Hayes v. Compass Group USA, Inc., 202 F.R.D. 363, 2001 U.S. Dist. LEXIS 14313 (D. Conn. May 9, 2001).
In this age discrimination action, plaintiff requested defendant provide information regarding all similar claims previously filed against defendant. Defendant declared that searching for claims filed before 1998 would be unduly burdensome and expensive as they were stored in a general computer under the claimant's name and were not sorted by subject. The court ordered defendant to produce only claims filed after January 1, 1998 and defendant was not required to manually search for claims filed before that time.
Superior Consultant Co. v. Bailey, 2000 U.S. Dist. LEXIS 13051 (E.D. Mich.).
In this case alleging misappropriation of trade secrets, plaintiff moved for a preliminary injunction against defendant after defendant was found to be working for a competitor. The court fashioned an order that halted defendant from soliciting plaintiff's employees or revealing confidential information, while also ordering defendant to produce a backup copy of defendant's laptop computer system and any other personal computer system that defendant may have used.

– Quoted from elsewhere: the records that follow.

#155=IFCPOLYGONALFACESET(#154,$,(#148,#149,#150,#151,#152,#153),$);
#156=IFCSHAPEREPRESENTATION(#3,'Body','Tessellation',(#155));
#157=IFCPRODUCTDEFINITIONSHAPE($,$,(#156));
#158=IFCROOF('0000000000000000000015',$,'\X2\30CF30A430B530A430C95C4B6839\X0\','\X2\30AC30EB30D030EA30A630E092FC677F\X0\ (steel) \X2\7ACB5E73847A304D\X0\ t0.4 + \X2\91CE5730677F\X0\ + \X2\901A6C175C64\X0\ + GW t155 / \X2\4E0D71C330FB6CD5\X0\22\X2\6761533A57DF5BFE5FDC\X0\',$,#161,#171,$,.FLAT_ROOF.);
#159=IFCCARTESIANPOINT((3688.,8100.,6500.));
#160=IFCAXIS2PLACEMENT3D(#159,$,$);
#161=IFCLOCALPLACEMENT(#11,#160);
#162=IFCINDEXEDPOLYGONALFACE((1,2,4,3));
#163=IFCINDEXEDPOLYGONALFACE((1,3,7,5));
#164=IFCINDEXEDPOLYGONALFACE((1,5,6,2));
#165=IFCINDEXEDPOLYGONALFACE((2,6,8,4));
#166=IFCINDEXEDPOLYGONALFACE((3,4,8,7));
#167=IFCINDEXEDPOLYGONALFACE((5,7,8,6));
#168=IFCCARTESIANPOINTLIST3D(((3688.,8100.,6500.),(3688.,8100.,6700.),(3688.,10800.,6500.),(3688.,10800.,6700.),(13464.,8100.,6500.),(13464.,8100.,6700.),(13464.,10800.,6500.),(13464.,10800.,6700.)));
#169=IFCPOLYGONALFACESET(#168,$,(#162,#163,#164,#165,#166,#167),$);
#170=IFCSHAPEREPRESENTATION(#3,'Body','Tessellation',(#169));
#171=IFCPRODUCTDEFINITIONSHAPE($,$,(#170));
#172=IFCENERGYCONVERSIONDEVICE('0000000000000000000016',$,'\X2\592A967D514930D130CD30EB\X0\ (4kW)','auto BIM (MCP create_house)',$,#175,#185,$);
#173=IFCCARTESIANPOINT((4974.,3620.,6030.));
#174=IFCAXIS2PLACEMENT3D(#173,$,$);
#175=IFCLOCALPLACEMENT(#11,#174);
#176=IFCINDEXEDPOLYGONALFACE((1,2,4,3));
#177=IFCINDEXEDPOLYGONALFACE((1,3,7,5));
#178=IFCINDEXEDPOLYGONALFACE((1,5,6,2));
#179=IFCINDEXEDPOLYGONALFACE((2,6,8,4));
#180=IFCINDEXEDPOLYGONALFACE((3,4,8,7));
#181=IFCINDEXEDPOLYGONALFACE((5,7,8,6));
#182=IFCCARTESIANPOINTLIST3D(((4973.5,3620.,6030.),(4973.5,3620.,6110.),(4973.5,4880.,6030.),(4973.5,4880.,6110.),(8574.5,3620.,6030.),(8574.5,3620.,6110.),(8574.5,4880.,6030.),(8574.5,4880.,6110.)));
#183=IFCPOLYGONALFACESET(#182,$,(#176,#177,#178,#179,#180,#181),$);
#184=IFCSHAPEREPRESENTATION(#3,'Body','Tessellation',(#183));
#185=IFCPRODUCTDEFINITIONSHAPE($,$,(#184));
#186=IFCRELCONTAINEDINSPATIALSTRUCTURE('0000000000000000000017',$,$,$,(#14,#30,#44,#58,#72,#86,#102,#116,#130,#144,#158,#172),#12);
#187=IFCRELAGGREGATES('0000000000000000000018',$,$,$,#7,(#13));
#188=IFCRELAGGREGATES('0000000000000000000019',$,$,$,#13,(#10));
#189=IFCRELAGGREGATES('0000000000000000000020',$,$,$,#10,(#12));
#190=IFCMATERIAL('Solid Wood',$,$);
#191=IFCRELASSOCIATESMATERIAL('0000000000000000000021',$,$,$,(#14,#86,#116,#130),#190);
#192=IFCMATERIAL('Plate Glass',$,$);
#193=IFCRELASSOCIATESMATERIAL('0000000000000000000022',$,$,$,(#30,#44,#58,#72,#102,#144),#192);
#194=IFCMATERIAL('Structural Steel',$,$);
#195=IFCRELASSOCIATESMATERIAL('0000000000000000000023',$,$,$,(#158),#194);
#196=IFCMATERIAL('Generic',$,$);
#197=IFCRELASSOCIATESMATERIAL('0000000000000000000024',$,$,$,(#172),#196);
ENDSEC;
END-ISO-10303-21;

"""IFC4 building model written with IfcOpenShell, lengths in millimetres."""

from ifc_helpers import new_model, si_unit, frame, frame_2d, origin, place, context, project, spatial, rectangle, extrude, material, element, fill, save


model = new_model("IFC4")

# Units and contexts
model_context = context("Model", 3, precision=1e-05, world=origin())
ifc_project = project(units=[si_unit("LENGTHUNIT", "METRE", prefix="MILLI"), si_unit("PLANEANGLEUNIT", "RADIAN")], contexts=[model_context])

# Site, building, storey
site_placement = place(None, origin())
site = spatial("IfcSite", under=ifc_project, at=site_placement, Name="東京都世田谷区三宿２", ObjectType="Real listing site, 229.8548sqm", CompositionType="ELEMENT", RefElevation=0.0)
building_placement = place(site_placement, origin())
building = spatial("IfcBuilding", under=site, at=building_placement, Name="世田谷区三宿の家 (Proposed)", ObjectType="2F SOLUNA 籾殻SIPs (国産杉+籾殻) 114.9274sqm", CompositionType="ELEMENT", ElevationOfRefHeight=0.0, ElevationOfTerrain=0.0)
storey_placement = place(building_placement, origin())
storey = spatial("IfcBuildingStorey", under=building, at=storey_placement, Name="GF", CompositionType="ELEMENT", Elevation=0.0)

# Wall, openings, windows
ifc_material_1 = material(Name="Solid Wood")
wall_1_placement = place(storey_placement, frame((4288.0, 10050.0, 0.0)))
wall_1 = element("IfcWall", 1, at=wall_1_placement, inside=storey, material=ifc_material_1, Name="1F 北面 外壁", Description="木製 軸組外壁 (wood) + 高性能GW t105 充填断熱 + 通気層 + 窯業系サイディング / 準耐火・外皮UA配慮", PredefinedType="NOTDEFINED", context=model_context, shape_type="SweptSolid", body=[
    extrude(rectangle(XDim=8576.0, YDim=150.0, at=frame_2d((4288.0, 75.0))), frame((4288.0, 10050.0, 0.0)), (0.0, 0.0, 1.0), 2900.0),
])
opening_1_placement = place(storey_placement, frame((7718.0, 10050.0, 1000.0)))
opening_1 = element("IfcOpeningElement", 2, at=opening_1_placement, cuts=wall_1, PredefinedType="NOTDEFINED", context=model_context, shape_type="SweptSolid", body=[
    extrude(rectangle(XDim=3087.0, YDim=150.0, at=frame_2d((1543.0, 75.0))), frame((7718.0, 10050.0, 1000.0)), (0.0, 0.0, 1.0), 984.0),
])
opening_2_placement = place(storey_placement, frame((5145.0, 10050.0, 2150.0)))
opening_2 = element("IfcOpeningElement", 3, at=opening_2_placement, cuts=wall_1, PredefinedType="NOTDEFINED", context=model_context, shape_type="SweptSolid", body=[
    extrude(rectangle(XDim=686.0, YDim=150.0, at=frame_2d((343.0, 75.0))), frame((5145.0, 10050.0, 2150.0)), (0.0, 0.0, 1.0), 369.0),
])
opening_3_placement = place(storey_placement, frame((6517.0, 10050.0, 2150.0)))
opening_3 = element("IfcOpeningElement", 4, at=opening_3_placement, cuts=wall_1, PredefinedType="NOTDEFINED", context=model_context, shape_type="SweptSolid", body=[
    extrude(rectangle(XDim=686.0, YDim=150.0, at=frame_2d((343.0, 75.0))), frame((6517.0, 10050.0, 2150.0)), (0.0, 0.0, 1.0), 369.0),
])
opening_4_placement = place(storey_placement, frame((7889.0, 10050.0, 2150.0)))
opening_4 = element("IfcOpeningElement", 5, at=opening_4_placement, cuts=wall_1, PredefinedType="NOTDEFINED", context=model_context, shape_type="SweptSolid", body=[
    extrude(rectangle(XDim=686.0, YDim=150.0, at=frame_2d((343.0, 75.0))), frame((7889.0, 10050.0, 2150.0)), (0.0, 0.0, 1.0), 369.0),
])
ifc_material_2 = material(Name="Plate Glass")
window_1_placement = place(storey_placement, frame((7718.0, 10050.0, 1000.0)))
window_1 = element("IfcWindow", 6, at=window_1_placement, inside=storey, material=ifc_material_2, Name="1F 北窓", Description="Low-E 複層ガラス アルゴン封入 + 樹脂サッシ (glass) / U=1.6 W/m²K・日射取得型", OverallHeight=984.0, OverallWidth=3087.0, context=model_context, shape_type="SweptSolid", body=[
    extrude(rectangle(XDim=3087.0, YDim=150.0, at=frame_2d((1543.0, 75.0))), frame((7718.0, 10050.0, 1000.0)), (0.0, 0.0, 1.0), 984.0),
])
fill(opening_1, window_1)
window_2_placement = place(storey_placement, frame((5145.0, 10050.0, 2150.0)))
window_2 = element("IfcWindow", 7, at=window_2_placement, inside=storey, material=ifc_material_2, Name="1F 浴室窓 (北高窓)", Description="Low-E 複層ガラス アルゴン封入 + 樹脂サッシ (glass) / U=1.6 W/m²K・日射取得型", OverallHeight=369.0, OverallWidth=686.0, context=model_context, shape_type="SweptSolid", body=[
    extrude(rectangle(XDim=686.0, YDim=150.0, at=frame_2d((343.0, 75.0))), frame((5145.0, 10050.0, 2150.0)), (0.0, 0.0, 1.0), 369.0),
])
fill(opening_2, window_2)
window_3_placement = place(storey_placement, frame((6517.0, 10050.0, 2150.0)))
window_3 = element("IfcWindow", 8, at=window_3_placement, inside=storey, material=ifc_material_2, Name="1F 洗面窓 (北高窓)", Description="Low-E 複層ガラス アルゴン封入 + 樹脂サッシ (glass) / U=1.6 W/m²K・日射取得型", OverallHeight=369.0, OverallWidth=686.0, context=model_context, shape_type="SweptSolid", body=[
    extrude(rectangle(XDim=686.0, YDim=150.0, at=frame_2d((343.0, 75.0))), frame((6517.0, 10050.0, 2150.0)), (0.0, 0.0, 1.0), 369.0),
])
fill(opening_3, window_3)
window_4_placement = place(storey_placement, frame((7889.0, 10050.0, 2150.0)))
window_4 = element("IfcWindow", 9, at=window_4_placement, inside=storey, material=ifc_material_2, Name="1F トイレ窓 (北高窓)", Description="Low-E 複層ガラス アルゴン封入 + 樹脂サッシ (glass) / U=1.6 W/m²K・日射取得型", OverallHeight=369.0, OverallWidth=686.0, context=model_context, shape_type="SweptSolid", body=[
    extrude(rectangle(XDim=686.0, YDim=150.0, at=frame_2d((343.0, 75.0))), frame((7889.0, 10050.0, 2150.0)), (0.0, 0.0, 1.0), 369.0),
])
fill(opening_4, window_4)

Alexander v. Federal Bureau of Investigation, 188 F.R.D. 111 (D.D.C. 1998).
The court found that an inspection of an employee's computer hard drive and server was warranted to conclude whether additional responsive documents existed that had not already been produced. The court also found that it was not necessary to require defendant to restore deleted files and email messages where plaintiff did not provide "appropriately worded searches for limited number of individuals."